Submarinista usando un Apple Watch Ultra


Submarinista usando un Apple Watch Ultra

Apple

Omicrono

En el mercado se pueden encontrar cada día más pulseras o relojes inteligentes sumergibles. Los nadadores los usan para registrar sus constantes mientras entrenan, pero sus pantallas suelen dar error cuando la superficie está muy mojada. Poco a poco, fabricantes como Apple han ampliado la resistencia de sus dispositivos a deportes más extremos como el submarinismo. 

Los investigadores de Postech no especifican a qué profundidad podrá sumergirse este equipo, aunque defiende el uso de esta tecnología en actividades acuáticas. Mientras esta innovación sigue evolucionando en los laboratorios, relojes como el Apple Watch Ultra puede medir la profundidad submarina en tiempo real hasta 40 metros, incluso, calcular detectar la temperatura del agua.

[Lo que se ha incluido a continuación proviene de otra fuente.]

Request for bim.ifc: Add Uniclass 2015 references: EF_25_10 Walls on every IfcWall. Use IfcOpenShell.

First a look at what the model holds.

```python
import ifcopenshell

model = ifcopenshell.open("bim.ifc")
print(model.schema)
print("classifications:", [c.Name for c in model.by_type("IfcClassification")])
for ifc_class in ("IfcDoor", "IfcRoof", "IfcStair", "IfcWall", "IfcWindow"):
    print(ifc_class, len(model.by_type(ifc_class)))
```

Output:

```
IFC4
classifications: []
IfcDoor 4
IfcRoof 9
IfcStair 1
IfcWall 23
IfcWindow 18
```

```python
import ifcopenshell
import ifcopenshell.api.classification

model = ifcopenshell.open("bim.ifc")

system = ifcopenshell.api.classification.add_classification(model, classification="Uniclass 2015")

codes = {
    "IfcWall": ("EF_25_10", "Walls"),
}
for ifc_class, (code, name) in codes.items():
    products = model.by_type(ifc_class)
    ifcopenshell.api.classification.add_reference(
        model, products=products, classification=system, identification=code, name=name
    )
    print(code, len(products))

model.write("bim_v2.ifc")
```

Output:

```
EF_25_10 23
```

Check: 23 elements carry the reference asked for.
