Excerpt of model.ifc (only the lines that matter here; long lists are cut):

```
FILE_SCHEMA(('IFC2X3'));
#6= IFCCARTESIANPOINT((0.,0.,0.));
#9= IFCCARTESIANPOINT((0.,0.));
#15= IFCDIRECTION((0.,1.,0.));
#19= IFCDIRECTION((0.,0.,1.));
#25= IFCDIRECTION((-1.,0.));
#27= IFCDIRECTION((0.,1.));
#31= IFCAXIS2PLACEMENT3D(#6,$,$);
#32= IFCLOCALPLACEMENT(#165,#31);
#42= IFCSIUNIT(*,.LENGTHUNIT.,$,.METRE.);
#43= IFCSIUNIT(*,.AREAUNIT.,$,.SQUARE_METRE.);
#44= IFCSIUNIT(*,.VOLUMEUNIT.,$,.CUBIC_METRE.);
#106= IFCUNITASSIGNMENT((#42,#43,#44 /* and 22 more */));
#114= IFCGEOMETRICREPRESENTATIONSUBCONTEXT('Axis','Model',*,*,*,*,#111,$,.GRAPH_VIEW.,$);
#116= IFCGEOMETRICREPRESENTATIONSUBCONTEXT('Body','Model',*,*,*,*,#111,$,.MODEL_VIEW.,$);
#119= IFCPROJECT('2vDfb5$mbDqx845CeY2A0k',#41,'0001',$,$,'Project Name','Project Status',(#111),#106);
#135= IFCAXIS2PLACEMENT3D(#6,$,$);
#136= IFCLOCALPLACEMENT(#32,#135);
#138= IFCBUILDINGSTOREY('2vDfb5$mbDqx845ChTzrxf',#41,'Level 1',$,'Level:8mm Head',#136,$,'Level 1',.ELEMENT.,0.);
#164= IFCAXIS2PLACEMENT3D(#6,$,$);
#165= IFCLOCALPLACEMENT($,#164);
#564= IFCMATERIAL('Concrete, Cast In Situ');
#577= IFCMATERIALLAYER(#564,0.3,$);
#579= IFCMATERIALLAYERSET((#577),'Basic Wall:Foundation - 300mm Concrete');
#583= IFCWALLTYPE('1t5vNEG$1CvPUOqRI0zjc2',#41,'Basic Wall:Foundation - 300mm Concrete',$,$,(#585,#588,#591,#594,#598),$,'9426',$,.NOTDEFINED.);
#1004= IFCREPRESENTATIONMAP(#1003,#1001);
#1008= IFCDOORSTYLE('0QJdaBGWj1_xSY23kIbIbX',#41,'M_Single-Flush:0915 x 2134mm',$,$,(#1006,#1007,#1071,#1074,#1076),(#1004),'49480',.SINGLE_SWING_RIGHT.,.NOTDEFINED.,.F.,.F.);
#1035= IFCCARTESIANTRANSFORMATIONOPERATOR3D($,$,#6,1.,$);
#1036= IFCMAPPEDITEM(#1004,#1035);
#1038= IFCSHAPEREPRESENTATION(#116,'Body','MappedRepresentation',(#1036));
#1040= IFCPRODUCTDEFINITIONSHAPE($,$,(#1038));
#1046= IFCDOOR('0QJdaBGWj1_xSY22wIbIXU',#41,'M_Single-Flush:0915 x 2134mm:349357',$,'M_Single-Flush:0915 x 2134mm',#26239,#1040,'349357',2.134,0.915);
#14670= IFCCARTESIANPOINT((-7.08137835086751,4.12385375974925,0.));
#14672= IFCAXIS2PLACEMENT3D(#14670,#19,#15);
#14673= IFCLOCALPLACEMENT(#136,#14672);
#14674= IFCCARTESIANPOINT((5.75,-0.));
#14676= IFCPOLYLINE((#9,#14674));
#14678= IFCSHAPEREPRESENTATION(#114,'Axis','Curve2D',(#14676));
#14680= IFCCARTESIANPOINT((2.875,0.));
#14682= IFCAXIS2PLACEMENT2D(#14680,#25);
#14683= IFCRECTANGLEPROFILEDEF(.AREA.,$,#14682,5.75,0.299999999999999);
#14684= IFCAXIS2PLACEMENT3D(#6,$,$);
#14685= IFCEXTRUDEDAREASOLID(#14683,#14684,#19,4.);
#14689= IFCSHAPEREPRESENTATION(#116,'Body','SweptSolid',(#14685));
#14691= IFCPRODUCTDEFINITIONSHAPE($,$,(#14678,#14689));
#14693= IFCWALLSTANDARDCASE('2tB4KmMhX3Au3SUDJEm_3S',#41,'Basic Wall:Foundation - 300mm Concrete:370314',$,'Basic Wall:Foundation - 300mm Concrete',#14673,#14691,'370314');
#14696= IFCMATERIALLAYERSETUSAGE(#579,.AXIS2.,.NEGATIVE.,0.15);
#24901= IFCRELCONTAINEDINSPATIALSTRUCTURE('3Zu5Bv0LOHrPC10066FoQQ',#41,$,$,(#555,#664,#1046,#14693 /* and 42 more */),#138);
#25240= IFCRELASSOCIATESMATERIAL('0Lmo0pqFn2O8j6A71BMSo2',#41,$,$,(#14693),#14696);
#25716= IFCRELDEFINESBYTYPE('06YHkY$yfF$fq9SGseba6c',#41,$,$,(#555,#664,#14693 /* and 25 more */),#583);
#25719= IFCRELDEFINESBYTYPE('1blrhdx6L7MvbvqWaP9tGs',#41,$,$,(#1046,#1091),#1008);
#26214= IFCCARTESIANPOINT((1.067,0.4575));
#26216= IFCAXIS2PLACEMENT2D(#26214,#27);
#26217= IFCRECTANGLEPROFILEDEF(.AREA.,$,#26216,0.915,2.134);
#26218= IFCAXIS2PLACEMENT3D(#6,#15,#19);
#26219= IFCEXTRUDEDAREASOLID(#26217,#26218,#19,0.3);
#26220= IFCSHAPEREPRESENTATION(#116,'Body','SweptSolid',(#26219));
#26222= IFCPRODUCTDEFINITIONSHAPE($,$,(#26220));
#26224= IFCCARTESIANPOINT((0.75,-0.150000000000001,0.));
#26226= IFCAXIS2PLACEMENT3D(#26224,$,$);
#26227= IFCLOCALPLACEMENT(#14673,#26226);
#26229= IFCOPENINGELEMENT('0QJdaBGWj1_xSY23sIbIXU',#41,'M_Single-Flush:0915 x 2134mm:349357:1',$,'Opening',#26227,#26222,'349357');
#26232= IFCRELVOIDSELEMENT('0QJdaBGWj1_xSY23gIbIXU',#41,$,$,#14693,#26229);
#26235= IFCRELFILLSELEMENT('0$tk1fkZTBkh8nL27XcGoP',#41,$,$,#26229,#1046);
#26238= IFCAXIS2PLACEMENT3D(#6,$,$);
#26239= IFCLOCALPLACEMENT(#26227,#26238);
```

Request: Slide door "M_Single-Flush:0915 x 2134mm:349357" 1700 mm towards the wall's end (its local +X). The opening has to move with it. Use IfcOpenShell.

```python
import ifcopenshell
import ifcopenshell.api.geometry
import ifcopenshell.util.placement

model = ifcopenshell.open("model.ifc")

door = model.by_id(1046)
opening = door.FillsVoids[0].RelatingOpeningElement
wall = opening.VoidsElements[0].RelatingBuildingElement

wall_matrix = ifcopenshell.util.placement.get_local_placement(wall.ObjectPlacement)
shift = wall_matrix[:3, 0] * 1.7
before = ifcopenshell.util.placement.get_local_placement(door.ObjectPlacement)[:3, 3].copy()

# The door is placed relative to its opening, so it follows when the opening moves.
matrix = ifcopenshell.util.placement.get_local_placement(opening.ObjectPlacement)
matrix[:3, 3] += shift
ifcopenshell.api.geometry.edit_object_placement(
    model, product=opening, matrix=matrix, is_si=False, should_transform_children=True
)

after = ifcopenshell.util.placement.get_local_placement(door.ObjectPlacement)[:3, 3]
print("door moved by", (after - before).round(3) + 0.0)

model.write("model-out.ifc")
```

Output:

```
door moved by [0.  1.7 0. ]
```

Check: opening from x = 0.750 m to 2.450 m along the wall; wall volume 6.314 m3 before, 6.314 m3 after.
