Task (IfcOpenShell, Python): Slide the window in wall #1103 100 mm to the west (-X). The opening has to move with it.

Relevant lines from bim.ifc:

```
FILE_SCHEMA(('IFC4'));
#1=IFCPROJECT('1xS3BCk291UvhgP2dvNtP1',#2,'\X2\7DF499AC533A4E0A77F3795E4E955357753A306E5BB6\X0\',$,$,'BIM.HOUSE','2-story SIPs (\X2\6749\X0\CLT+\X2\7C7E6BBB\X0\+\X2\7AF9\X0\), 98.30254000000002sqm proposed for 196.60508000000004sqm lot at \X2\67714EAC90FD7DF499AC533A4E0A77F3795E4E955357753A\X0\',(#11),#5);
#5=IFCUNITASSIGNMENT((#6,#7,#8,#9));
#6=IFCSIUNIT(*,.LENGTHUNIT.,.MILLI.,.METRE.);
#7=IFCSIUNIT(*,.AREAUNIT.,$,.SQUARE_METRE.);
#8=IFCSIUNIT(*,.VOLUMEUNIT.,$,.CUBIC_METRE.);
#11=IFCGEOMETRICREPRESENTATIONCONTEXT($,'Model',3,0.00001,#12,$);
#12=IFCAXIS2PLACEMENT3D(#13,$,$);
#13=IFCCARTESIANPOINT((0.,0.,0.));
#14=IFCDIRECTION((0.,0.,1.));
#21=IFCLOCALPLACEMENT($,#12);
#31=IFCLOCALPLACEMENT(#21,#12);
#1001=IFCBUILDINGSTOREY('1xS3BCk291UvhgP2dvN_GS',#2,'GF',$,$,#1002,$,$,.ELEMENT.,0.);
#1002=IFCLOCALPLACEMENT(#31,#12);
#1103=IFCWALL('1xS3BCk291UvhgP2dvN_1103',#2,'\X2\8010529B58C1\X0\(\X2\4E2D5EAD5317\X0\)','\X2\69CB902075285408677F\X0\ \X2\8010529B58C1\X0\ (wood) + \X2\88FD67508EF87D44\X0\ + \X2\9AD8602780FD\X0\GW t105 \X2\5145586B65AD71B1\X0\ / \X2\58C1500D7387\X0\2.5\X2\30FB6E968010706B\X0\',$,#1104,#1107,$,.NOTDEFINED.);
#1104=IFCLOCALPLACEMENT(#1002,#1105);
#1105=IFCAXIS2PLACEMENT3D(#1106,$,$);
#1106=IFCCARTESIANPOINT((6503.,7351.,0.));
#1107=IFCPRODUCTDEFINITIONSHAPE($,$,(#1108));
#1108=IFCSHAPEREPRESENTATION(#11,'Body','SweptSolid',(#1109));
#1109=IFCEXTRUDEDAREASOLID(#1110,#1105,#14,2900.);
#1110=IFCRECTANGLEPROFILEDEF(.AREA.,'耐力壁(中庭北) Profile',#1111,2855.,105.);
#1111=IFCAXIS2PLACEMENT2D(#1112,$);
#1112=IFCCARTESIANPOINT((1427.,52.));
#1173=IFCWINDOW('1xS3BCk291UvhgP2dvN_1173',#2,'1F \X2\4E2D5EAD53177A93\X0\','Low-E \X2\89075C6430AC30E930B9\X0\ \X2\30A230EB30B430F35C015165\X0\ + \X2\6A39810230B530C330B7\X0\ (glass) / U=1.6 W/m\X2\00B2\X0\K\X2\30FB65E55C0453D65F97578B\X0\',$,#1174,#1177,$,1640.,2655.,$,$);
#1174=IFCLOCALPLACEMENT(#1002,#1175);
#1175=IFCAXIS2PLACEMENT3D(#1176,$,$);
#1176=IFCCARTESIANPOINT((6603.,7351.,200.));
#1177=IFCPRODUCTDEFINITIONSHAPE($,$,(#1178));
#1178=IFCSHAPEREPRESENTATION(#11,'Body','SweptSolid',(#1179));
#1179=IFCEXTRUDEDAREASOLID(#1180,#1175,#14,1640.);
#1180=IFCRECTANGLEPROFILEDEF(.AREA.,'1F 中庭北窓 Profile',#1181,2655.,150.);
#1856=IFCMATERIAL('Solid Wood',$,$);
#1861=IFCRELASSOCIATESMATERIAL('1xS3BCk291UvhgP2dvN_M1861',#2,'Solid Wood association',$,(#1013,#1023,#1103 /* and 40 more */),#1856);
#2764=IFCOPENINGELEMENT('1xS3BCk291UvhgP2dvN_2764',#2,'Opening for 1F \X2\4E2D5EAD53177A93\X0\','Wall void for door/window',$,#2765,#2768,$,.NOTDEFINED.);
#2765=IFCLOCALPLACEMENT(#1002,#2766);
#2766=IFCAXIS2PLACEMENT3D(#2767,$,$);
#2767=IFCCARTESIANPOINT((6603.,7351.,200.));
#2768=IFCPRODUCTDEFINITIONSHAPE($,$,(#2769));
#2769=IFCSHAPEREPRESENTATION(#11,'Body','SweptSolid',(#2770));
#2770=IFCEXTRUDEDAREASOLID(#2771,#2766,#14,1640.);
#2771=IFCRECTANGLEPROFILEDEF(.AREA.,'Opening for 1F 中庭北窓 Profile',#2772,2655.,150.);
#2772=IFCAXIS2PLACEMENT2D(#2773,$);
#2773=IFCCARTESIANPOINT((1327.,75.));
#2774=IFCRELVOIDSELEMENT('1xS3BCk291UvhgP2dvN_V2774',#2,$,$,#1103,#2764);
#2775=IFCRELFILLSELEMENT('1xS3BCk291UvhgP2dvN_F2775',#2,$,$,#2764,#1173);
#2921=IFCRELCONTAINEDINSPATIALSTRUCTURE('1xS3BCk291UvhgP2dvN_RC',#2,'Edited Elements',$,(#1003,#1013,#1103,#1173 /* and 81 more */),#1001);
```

```python
import ifcopenshell
import ifcopenshell.api.geometry
import ifcopenshell.util.placement
import ifcopenshell.util.unit

model = ifcopenshell.open("bim.ifc")
unit_scale = ifcopenshell.util.unit.calculate_unit_scale(model)

window = model.by_id(1173)
opening = window.FillsVoids[0].RelatingOpeningElement
wall = opening.VoidsElements[0].RelatingBuildingElement

wall_matrix = ifcopenshell.util.placement.get_local_placement(wall.ObjectPlacement)
shift = wall_matrix[:3, 0] * -0.1 / unit_scale
before = ifcopenshell.util.placement.get_local_placement(window.ObjectPlacement)[:3, 3].copy()

# The window is not placed relative to its opening, so move both.
for product in (opening, window):
    matrix = ifcopenshell.util.placement.get_local_placement(product.ObjectPlacement)
    matrix[:3, 3] += shift
    ifcopenshell.api.geometry.edit_object_placement(model, product=product, matrix=matrix, is_si=False)

after = ifcopenshell.util.placement.get_local_placement(window.ObjectPlacement)[:3, 3]
print("window moved by", (after - before).round(3) + 0.0)

model.write("bim_updated.ifc")
```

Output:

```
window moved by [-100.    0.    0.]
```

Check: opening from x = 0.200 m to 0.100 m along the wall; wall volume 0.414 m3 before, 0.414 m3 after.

Por su parte, el Samsung Galaxy Watch 6 es resistente al agua hasta una profundidad de 50 metros durante 10 minutos a 5ATM.

Otros parches en desarrollo

Fuera del agua, son numerosos los proyectos que persiguen crear una segunda piel que se convierta en una unión entre el ser humano y la tecnología. Algunos guantes blandos como el propuesto recientemente por la Universidad de la Ciudad de Hong Kong se adaptaba la piel como una membrana delgada y flexible que sirve como guante táctil cuando se está en entornos de realidad virtual y aumentada. Con él se sienten los objetos que el ojo ve en la imagen.

Prototipo de piel electrónica


Prototipo de piel electrónica

NTU Singapur

Omicrono

Con otro objetivo, pero aspecto similar, la Universidad Tecnológica de Nanyang, Singapur (NTU Singapur) quiere que los pacientes se hagan con el control telepático de sus prótesis u otros equipos sin la necesidad de recurrir a peligrosas operaciones para recibir un implante en el cerebro, lo contrario a lo que propone Neuralink, empresa de Elon Musk. Esta pegatina compuesta de sensores es una especie de mando a distancia con el que controlar, por ejemplo, un brazo robótico. 

Son casos aún en fases muy tempranas de su desarrollo y posiblemente no lleguen como producto al mercado, pero esta muestra da una imagen más clara del esfuerzo en investigación que hay actualmente para que la tecnología deje sus formas rígidas y se funda con una naturaleza que históricamente siempre ha sido blanda y flexible.